Товарищи Тучапский, Петрусевич, Спилиоти, тов. В. Г. Крыжановская и некоторые другие являлись более или менее пионерами этой студенческой дружины.

Мы, гимназисты и реалисты, имели, конечно, косвенную связь со студентами, но, по правде сказать, развивались самостоятельно и, пожалуй, более бурно и более широко.

Вначале я стоял в стороне от этого гимназического движения. Первый строго выдержанный кружок марксистов включал в себя целый ряд лиц, имена которых так или иначе потом стали известными. Руководящую роль играли, пожалуй, два выдающихся поляка, из которых один погиб потом при очень трагических обстоятельствах (Адам Робчевский), а другой играл видную роль в социал-демократических кружках юга (Иосиф Мошинский)4. К кружку принадлежали также чрезвычайно талантливый тов. Логинский, тов. Шен, Вержбицкий, Вайнштейн, Плющ, Неточаев, в большинстве случаев многие годы работавшие позднее в социал-демократической партии, иногда со значительным успехом. Были, конечно, и такие, которые позднее отошли. Игорь Кистяковский был также деятельным и влиятельным членом этого круга лиц. К ним же относились Н. Бердяев5 и некоторые другие.

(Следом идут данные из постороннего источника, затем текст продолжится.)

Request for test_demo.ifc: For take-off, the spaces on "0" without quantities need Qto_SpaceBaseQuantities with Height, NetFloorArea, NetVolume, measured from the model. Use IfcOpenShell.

First a look at what the model holds.

```python
import ifcopenshell
import ifcopenshell.util.element
import ifcopenshell.util.unit

model = ifcopenshell.open("test_demo.ifc")
print(model.schema)
for unit_type in ("LENGTHUNIT", "AREAUNIT", "VOLUMEUNIT"):
    print(unit_type, ifcopenshell.util.unit.calculate_unit_scale(model, unit_type))
storey = next(s for s in model.by_type("IfcBuildingStorey") if s.Name == "0")
spaces = [e for e in ifcopenshell.util.element.get_decomposition(storey) if e.is_a("IfcSpace")]
for e in sorted(spaces, key=lambda e: e.id()):
    print(e.id(), e.is_a(), e.Name, list(ifcopenshell.util.element.get_psets(e, qtos_only=True)), sep=" | ")
```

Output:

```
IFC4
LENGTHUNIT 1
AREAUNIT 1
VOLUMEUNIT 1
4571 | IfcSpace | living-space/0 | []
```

```python
import ifcopenshell
import ifcopenshell.api.pset
import ifcopenshell.geom
import ifcopenshell.util.element
import ifcopenshell.util.shape
import ifcopenshell.util.unit

model = ifcopenshell.open("test_demo.ifc")
unit_scale = ifcopenshell.util.unit.calculate_unit_scale(model)
area_scale = ifcopenshell.util.unit.calculate_unit_scale(model, "AREAUNIT")
volume_scale = ifcopenshell.util.unit.calculate_unit_scale(model, "VOLUMEUNIT")
settings = ifcopenshell.geom.settings()

storey = next(s for s in model.by_type("IfcBuildingStorey") if s.Name == "0")
spaces = [e for e in ifcopenshell.util.element.get_decomposition(storey) if e.is_a("IfcSpace")]

for e in sorted(spaces, key=lambda e: e.id()):
    if ifcopenshell.util.element.get_psets(e, qtos_only=True, should_inherit=False):
        continue
    # Geometry comes back in metres, in the element's own axes.
    shape = ifcopenshell.geom.create_shape(settings, e)
    values = {
        "Height": ifcopenshell.util.shape.get_z(shape.geometry) / unit_scale,
        "NetFloorArea": ifcopenshell.util.shape.get_footprint_area(shape.geometry) / area_scale,
        "NetVolume": ifcopenshell.util.shape.get_volume(shape.geometry) / volume_scale,
    }
    qto = ifcopenshell.api.pset.add_qto(model, product=e, name="Qto_SpaceBaseQuantities")
    ifcopenshell.api.pset.edit_qto(model, qto=qto, properties=values)
    print(e.id(), {k: round(v, 3) for k, v in values.items()})

model.write("test_demo_edited.ifc")
```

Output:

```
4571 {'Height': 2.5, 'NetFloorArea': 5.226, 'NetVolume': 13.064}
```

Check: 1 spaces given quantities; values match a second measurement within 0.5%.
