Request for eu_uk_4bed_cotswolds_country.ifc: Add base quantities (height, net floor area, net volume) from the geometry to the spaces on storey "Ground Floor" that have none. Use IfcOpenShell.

First a look at what the model holds.

```python
import ifcopenshell
import ifcopenshell.util.element
import ifcopenshell.util.unit

model = ifcopenshell.open("eu_uk_4bed_cotswolds_country.ifc")
print(model.schema)
for unit_type in ("LENGTHUNIT", "AREAUNIT", "VOLUMEUNIT"):
    print(unit_type, ifcopenshell.util.unit.calculate_unit_scale(model, unit_type))
storey = next(s for s in model.by_type("IfcBuildingStorey") if s.Name == "Ground Floor")
spaces = [e for e in ifcopenshell.util.element.get_decomposition(storey) if e.is_a("IfcSpace")]
for e in sorted(spaces, key=lambda e: e.id()):
    print(e.id(), e.is_a(), e.Name, list(ifcopenshell.util.element.get_psets(e, qtos_only=True)), sep=" | ")
```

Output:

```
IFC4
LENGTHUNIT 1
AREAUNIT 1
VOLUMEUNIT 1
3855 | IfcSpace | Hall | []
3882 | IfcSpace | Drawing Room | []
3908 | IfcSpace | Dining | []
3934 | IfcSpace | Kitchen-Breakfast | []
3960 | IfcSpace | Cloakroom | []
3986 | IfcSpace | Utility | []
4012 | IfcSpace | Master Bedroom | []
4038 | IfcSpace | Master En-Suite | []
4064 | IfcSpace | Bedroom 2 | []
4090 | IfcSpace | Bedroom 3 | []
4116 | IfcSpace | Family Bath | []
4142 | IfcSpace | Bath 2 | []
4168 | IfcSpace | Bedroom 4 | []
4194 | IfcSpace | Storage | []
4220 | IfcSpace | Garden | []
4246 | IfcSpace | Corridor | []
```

```python
import ifcopenshell
import ifcopenshell.api.pset
import ifcopenshell.geom
import ifcopenshell.util.element
import ifcopenshell.util.shape
import ifcopenshell.util.unit

model = ifcopenshell.open("eu_uk_4bed_cotswolds_country.ifc")
unit_scale = ifcopenshell.util.unit.calculate_unit_scale(model)
area_scale = ifcopenshell.util.unit.calculate_unit_scale(model, "AREAUNIT")
volume_scale = ifcopenshell.util.unit.calculate_unit_scale(model, "VOLUMEUNIT")
settings = ifcopenshell.geom.settings()

storey = next(s for s in model.by_type("IfcBuildingStorey") if s.Name == "Ground Floor")
spaces = [e for e in ifcopenshell.util.element.get_decomposition(storey) if e.is_a("IfcSpace")]

for e in sorted(spaces, key=lambda e: e.id()):
    if ifcopenshell.util.element.get_psets(e, qtos_only=True, should_inherit=False):
        continue
    # Geometry comes back in metres, in the element's own axes.
    shape = ifcopenshell.geom.create_shape(settings, e)
    values = {
        "Height": ifcopenshell.util.shape.get_z(shape.geometry) / unit_scale,
        "NetFloorArea": ifcopenshell.util.shape.get_footprint_area(shape.geometry) / area_scale,
        "NetVolume": ifcopenshell.util.shape.get_volume(shape.geometry) / volume_scale,
    }
    qto = ifcopenshell.api.pset.add_qto(model, product=e, name="Qto_SpaceBaseQuantities")
    ifcopenshell.api.pset.edit_qto(model, qto=qto, properties=values)
    print(e.id(), {k: round(v, 3) for k, v in values.items()})

model.write("eu_uk_4bed_cotswolds_country_rev.ifc")
```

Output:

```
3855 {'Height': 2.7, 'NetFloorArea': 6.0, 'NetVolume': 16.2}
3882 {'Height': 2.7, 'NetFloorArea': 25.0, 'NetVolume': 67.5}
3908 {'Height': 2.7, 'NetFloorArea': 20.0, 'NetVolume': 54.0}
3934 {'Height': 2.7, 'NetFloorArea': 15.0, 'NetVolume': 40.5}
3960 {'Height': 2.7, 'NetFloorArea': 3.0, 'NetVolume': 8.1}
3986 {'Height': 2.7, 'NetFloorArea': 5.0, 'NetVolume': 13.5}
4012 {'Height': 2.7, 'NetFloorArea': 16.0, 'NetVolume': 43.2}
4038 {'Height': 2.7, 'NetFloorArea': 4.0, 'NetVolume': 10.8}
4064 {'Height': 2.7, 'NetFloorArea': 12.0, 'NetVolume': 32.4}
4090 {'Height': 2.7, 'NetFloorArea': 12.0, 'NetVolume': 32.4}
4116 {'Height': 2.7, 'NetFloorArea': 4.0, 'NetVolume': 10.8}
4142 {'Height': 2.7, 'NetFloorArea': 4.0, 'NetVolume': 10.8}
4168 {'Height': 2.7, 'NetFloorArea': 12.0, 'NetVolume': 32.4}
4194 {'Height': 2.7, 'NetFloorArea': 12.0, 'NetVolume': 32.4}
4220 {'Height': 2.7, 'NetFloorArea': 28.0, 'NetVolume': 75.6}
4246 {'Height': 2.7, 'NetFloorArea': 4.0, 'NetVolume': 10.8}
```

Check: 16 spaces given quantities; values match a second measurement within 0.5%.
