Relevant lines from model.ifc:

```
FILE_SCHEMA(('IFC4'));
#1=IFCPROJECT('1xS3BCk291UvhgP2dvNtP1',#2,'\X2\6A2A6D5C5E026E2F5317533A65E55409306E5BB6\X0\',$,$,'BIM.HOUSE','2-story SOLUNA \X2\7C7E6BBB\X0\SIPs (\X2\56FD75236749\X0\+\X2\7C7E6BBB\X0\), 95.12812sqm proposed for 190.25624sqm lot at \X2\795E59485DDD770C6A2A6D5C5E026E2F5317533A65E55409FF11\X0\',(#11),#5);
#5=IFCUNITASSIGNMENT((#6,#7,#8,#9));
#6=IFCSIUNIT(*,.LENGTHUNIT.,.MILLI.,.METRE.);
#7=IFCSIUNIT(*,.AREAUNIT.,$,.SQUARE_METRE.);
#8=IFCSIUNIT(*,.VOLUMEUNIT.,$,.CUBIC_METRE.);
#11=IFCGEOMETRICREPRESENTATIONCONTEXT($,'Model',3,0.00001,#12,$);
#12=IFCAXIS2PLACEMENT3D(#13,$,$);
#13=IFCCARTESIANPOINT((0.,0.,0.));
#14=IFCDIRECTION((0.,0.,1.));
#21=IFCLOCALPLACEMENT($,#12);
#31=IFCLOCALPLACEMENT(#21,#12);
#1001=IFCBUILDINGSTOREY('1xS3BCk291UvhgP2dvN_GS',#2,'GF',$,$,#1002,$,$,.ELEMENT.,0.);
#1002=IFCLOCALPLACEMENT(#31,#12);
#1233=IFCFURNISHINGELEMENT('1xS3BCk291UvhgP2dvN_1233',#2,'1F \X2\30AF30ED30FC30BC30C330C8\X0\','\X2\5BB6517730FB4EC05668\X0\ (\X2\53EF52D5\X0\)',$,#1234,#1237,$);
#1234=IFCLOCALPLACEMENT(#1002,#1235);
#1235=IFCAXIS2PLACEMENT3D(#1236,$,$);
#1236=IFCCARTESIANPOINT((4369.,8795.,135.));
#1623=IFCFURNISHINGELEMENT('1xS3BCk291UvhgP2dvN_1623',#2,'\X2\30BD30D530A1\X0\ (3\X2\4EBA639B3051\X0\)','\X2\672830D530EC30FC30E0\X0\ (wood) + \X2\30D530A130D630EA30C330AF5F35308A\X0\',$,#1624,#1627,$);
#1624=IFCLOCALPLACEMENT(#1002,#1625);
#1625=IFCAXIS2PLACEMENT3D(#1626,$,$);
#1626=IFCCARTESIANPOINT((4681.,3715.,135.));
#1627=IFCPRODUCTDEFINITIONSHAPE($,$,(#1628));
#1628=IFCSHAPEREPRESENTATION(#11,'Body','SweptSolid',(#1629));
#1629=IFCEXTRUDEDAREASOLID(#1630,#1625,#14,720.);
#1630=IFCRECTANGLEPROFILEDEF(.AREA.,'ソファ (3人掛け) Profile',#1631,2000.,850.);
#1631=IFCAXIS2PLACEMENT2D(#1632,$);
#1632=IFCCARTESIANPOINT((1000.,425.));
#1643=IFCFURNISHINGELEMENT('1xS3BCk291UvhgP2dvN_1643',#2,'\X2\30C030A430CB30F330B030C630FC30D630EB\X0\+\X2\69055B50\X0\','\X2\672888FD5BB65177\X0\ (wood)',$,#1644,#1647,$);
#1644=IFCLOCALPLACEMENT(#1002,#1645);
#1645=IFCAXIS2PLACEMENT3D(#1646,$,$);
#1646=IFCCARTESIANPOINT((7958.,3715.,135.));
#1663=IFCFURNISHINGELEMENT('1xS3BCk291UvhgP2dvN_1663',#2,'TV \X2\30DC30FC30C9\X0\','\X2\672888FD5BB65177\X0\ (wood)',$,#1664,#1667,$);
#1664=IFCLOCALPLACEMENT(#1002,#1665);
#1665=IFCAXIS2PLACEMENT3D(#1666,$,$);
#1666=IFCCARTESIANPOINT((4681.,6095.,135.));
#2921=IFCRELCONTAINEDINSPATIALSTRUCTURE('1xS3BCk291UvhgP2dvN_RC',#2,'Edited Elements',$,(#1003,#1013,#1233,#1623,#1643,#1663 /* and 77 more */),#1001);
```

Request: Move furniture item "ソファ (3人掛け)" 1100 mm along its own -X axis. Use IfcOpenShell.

```python
import ifcopenshell
import ifcopenshell.api.geometry
import ifcopenshell.util.placement

model = ifcopenshell.open("model.ifc")

item = model.by_id(1623)
matrix = ifcopenshell.util.placement.get_local_placement(item.ObjectPlacement)
matrix[:3, 3] -= matrix[:3, 0] * 1100.0
ifcopenshell.api.geometry.edit_object_placement(model, product=item, matrix=matrix, is_si=False)

print(ifcopenshell.util.placement.get_local_placement(item.ObjectPlacement).round(3) + 0.0)

model.write("model_edited.ifc")
```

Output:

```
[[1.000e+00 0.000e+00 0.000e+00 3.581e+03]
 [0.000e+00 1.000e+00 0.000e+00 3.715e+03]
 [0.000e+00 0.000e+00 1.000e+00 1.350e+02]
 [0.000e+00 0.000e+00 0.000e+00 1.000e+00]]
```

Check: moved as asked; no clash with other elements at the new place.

В пятом классе ко мне обратились из этого молодого центра с просьбой организовать филиальный кружок в моем классе. Очень скоро у нас окрепла организация, охватившая все гимназии, реальные училища и часть женских учебных заведений. Я не могу точно припомнить, сколько у нас было членов, но их было во всяком случае не менее 200. Шли деятельные кружковые занятия, где рядом с Писаревым, Добролюбовым, Миртовым6, зачастую также изучением Дарвина, Спенсера, шли занятия политической экономией по книгам Чупрова и по нелегальной литературе социал-демократического характера.

вернуться

16

В книге «Великий переворот» (1919) статья начиналась словами: «Социал-демократом я стал очень рано. Можно сказать, что мое революционное самосознание сразу определилось как более или менее марксистское. Революционером же я стал так рано, что не могу даже припомнить, когда я им не был».

вернуться

17

В книге «Великий переворот» здесь следовали слова: «Первый том «Капитала» именно в это время, в 4-м классе гимназии, был мною проштудирован вдоль и поперек. Хотя он и позднее был мною неоднократно перечитан, но основное знакомство с ним получил я именно в 13 лет, как это, может быть, ни покажется странным, и сейчас, когда мне нужно припомнить что-нибудь из великой книги или цитировать ее — я, беря в руки том, живо припоминаю тот клеенчатый диван, на котором я обыкновенно сидел перед лампой, жуя что-нибудь и перечитывая по два, по три раза каждую главу, испещряя ее целой системой изобретенных мною пометок синим и красным карандашом».